* [What the task asks]: The entries that follow include a run beginning at the line with "#103=IFCINDEXEDPOLYGONALFACE((1,2,6,5));" and ending at the line with "#107=IFCINDEXEDPOLYGONALFACE((3,7,8,4));"; restate that run word for word and leave the rest out.

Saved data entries
_ _ _ _ _
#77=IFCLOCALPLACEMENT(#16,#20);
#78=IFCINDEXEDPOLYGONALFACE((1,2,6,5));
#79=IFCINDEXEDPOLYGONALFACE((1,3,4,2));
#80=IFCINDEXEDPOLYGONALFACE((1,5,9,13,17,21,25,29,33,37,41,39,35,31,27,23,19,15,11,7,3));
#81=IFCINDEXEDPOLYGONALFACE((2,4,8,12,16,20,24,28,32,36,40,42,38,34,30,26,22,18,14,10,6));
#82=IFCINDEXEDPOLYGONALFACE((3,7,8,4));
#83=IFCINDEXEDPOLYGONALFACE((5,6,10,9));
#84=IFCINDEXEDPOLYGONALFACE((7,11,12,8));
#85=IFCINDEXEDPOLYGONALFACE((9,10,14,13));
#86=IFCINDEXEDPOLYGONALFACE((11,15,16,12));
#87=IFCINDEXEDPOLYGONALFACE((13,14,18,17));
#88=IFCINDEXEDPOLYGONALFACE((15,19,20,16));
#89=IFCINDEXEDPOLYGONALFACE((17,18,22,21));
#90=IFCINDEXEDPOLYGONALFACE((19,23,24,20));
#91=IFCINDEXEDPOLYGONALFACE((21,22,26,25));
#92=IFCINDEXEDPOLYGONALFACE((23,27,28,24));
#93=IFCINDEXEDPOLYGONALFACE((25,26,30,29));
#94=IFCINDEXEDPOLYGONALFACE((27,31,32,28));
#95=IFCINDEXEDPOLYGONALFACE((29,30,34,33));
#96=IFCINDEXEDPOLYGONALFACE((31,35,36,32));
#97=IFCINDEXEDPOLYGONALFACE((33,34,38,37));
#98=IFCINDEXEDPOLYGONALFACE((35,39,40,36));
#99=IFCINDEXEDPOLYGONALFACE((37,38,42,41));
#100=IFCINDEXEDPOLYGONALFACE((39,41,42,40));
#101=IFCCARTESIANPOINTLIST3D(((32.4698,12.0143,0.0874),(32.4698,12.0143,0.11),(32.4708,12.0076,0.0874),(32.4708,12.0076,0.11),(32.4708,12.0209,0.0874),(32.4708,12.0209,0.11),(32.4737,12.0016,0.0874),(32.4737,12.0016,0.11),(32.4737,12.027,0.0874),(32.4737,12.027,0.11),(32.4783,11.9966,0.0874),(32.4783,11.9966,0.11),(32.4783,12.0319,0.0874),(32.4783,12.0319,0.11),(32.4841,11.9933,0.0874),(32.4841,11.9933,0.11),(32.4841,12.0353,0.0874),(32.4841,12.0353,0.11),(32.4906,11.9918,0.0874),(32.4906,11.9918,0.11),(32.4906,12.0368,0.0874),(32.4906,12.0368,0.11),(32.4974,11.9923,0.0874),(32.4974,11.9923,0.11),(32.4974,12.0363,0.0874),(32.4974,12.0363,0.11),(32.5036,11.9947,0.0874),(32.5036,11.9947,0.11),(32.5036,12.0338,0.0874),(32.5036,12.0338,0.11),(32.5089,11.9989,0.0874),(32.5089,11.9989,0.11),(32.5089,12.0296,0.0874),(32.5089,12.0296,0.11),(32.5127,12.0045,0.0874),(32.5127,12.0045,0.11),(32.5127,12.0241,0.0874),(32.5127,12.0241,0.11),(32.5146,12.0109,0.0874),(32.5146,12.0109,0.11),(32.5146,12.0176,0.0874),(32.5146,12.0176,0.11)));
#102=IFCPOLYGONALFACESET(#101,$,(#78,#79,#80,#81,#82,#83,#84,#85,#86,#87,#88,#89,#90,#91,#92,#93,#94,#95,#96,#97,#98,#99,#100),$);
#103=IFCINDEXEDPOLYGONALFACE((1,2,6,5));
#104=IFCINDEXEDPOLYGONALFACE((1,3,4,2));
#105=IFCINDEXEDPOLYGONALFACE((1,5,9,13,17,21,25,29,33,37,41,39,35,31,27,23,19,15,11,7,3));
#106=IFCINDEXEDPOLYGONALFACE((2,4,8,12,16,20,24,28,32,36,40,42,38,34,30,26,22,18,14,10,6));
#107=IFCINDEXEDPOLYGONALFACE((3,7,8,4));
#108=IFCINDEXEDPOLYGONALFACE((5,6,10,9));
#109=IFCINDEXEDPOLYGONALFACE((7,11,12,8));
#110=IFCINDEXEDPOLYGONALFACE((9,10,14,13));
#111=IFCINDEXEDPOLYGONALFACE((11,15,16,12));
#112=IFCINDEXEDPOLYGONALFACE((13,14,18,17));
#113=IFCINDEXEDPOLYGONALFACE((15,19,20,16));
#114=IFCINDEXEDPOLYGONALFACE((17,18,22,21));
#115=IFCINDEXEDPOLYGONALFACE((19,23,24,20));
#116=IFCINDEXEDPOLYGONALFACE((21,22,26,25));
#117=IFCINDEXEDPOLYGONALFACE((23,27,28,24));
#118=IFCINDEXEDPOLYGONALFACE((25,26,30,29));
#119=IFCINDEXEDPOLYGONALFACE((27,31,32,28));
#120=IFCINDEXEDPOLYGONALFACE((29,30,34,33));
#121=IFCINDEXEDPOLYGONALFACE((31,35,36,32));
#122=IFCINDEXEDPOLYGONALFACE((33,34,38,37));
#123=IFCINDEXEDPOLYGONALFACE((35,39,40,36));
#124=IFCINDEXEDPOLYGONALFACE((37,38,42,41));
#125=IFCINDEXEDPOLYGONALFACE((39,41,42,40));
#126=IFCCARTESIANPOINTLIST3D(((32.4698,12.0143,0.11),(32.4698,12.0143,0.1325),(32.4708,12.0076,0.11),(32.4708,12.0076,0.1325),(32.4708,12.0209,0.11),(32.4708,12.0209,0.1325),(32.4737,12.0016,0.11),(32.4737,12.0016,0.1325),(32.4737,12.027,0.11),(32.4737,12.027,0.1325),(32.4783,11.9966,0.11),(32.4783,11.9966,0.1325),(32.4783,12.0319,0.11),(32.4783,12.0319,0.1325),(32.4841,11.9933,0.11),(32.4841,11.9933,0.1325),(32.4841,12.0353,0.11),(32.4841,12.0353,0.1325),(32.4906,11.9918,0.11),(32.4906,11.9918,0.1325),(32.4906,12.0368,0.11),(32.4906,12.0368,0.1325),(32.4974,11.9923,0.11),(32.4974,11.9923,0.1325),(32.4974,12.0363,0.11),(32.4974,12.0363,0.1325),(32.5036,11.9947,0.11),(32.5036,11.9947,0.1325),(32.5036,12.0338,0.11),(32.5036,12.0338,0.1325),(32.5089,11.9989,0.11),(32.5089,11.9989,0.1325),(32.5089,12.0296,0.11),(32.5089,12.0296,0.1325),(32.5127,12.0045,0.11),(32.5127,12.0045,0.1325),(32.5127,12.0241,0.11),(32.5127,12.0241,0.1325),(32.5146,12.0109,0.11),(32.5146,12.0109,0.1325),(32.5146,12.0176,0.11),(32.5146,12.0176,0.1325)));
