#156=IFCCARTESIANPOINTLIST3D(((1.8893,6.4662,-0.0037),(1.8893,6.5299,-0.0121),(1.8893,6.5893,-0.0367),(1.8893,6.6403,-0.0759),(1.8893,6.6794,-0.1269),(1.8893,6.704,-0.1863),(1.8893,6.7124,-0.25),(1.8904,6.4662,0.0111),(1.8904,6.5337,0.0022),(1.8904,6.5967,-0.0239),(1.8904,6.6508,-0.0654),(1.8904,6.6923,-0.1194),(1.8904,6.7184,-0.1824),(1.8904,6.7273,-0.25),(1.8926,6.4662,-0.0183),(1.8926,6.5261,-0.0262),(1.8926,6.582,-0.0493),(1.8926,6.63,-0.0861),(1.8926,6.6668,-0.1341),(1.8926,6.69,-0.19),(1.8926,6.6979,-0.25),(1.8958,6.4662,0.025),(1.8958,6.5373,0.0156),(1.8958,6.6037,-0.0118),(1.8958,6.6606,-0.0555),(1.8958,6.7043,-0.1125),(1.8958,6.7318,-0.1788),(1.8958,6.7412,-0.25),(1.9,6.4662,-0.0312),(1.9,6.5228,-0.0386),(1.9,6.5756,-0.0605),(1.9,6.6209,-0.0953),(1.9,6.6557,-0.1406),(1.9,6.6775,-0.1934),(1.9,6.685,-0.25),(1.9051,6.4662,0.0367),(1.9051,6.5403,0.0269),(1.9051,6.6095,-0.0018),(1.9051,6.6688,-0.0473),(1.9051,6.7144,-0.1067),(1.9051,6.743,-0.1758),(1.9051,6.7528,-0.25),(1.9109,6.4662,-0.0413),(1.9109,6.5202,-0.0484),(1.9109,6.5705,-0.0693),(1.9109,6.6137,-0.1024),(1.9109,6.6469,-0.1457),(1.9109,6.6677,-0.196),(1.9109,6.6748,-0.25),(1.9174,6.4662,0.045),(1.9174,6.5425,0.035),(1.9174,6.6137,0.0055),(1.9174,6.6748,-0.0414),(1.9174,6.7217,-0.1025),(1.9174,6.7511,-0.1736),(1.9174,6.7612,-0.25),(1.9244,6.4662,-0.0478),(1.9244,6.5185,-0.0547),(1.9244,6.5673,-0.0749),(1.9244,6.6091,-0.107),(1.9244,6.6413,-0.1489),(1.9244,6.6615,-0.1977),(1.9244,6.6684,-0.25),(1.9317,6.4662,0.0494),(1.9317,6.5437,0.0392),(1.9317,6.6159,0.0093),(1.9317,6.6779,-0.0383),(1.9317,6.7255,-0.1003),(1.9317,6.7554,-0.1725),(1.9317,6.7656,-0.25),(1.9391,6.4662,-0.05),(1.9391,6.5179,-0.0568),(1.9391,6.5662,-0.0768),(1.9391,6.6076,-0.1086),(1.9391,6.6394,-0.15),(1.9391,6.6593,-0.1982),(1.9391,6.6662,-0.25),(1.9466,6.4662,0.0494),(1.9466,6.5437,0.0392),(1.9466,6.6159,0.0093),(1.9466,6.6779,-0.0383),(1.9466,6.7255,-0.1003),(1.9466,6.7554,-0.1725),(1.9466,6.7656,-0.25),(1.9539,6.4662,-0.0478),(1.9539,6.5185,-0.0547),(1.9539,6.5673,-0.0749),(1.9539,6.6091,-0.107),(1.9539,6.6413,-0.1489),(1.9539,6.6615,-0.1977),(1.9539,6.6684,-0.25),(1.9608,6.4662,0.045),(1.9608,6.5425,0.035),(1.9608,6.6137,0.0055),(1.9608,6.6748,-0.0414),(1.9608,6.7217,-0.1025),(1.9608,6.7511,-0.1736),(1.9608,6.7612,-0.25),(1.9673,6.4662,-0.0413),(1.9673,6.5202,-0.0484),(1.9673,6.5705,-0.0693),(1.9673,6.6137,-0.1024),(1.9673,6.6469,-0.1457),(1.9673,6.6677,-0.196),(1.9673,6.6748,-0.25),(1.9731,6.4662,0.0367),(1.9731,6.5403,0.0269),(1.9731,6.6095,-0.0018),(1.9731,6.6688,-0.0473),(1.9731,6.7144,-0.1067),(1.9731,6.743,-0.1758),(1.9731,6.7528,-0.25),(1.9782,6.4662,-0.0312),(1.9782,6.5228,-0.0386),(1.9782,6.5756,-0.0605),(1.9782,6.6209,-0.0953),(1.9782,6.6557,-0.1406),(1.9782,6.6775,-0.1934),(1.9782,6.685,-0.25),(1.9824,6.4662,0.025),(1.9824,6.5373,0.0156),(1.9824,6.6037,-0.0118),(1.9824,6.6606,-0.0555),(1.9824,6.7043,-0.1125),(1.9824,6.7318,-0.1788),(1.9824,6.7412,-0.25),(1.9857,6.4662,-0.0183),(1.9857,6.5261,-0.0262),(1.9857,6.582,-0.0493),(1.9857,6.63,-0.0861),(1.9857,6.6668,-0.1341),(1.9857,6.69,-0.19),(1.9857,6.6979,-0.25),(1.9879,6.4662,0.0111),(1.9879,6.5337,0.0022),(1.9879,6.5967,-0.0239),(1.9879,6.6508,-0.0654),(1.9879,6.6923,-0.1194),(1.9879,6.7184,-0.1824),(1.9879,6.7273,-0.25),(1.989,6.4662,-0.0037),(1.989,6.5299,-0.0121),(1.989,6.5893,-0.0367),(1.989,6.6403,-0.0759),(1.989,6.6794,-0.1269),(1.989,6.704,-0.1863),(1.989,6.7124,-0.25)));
_ _ _ _ _
* [Result of this exercise]:
#103=IFCINDEXEDPOLYGONALFACE((1,2,6,5));
#104=IFCINDEXEDPOLYGONALFACE((1,3,4,2));
#105=IFCINDEXEDPOLYGONALFACE((1,5,9,13,17,21,25,29,33,37,41,39,35,31,27,23,19,15,11,7,3));
#106=IFCINDEXEDPOLYGONALFACE((2,4,8,12,16,20,24,28,32,36,40,42,38,34,30,26,22,18,14,10,6));
#107=IFCINDEXEDPOLYGONALFACE((3,7,8,4));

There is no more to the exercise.